[Given entries — start]
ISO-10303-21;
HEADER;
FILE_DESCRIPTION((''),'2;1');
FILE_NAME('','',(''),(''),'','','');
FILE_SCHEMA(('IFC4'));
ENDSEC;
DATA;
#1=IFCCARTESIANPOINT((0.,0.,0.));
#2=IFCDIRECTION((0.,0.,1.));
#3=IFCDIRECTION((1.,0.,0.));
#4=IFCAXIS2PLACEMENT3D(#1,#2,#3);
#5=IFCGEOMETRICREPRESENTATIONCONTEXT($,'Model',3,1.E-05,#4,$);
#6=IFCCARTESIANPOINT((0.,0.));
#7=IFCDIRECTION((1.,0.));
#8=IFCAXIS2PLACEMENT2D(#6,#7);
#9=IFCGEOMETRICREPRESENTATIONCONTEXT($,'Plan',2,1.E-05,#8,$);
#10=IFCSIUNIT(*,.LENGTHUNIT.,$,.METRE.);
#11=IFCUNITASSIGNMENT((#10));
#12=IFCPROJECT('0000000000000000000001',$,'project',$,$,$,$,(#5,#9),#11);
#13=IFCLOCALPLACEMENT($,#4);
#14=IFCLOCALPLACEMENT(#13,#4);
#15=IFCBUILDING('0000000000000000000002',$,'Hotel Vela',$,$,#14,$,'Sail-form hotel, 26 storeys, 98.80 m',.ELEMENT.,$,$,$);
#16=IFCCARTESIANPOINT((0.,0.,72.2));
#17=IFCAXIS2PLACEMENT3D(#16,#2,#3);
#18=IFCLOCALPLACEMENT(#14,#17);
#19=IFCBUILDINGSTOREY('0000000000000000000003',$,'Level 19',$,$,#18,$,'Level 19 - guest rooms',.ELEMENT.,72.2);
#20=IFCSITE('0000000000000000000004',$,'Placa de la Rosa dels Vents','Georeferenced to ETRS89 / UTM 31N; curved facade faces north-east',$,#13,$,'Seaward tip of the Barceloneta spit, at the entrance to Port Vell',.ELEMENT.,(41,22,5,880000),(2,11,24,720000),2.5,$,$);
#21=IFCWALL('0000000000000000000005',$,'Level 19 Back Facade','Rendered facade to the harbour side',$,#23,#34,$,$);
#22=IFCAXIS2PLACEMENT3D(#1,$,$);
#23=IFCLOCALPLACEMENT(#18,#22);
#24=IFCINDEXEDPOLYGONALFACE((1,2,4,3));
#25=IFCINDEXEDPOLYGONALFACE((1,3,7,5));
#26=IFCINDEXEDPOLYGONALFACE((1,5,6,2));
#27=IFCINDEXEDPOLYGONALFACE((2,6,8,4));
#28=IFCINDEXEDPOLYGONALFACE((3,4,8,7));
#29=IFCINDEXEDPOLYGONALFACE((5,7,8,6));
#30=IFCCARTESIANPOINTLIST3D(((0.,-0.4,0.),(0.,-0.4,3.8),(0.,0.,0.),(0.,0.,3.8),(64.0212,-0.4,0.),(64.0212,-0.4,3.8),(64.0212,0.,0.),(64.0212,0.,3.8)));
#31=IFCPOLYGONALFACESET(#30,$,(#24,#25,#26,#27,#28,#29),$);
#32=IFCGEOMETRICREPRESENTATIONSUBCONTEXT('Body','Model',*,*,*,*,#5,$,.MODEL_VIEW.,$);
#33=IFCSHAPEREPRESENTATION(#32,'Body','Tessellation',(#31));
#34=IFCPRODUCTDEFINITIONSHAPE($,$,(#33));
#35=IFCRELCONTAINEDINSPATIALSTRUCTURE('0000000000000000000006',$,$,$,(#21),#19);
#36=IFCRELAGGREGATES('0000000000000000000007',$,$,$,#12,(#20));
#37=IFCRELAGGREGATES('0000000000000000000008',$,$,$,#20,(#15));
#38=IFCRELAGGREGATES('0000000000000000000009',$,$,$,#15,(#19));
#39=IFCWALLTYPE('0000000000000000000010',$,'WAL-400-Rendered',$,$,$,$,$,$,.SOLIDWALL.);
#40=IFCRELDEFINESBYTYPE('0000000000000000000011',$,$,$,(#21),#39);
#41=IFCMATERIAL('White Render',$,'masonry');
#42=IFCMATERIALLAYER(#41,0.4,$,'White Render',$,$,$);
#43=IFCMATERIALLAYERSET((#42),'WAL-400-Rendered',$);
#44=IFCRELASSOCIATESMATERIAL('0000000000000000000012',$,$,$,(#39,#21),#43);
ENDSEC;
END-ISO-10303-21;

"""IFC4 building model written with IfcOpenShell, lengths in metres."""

from ifc_helpers import new_model, si_unit, frame, origin_with_axes, origin_2d_with_axis, place, context, subcontext, project, spatial, line, indexed_curve, outline, extrude, material, layer, layer_set, layer_usage, type_object, element, save


model = new_model("IFC4")

# Units and contexts
model_context = context("Model", 3, precision=1e-05, world=origin_with_axes())
plan_context = context("Plan", 2, precision=1e-05, world=origin_2d_with_axis())
body_context = subcontext(model_context, "Body", "Model", "MODEL_VIEW")
ifc_project = project(units=[si_unit("LENGTHUNIT", "METRE")], contexts=[model_context, plan_context])

# Site, building, storey
site_placement = place(None, origin_with_axes())
site = spatial("IfcSite", under=ifc_project, at=site_placement, Name="Placa de la Rosa dels Vents", Description="Georeferenced to ETRS89 / UTM 31N; curved facade faces north-east", LongName="Seaward tip of the Barceloneta spit, at the entrance to Port Vell", CompositionType="ELEMENT", RefLatitude=(41, 22, 5, 880000), RefLongitude=(2, 11, 24, 720000), RefElevation=2.5)
building_placement = place(site_placement, origin_with_axes())
building = spatial("IfcBuilding", under=site, at=building_placement, Name="Hotel Vela", LongName="Sail-form hotel, 26 storeys, 98.80 m", CompositionType="ELEMENT")
storey_placement = place(building_placement, frame((0.0, 0.0, 72.2), z_axis=(0.0, 0.0, 1.0), x_axis=(1.0, 0.0, 0.0)))
storey = spatial("IfcBuildingStorey", under=building, at=storey_placement, Name="Level 19", LongName="Level 19 - guest rooms", CompositionType="ELEMENT", Elevation=72.2)

# Wall
ifc_material_1 = material(Name="White Render", Category="masonry")
ifc_layer_1 = layer(ifc_material_1, 0.4, Name="White Render")
ifc_layer_set_1 = layer_set([ifc_layer_1], Name="WAL-400-Rendered")
ifc_layer_usage_1 = layer_usage(ifc_layer_set_1, "AXIS2", "POSITIVE", 0.0)
wall_type = type_object("IfcWallType", Name="WAL-400-Rendered", PredefinedType="SOLIDWALL", material=ifc_layer_set_1)
wall_placement = place(storey_placement, frame((0.0, -0.4, 0.0), z_axis=(0.0, 0.0, 1.0), x_axis=(1.0, 0.0, 0.0)))
element("IfcWall", 1, at=wall_placement, inside=storey, type_object=wall_type, material=ifc_layer_usage_1, Name="Level 19 Back Facade", Description="Rendered facade to the harbour side", context=body_context, shape_type="SweptSolid", body=[
    extrude(outline(indexed_curve([(0.0, 0.0), (64.0212, 0.0), (64.0212, 0.4), (0.0, 0.4)], segments=[line(1, 2, 3, 4, 1)])), origin_with_axes(), (0.0, 0.0, 1.0), 3.8),
])

save(model, "model.ifc")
[Given entries — finish]
◆ **Activity**:
Only lines that hold the string "IFCDIRECTION" belong in the answer, so copy every one of them from the records.

◆ **Task answer**:
#2=IFCDIRECTION((0.,0.,1.));
#3=IFCDIRECTION((1.,0.,0.));
#7=IFCDIRECTION((1.,0.));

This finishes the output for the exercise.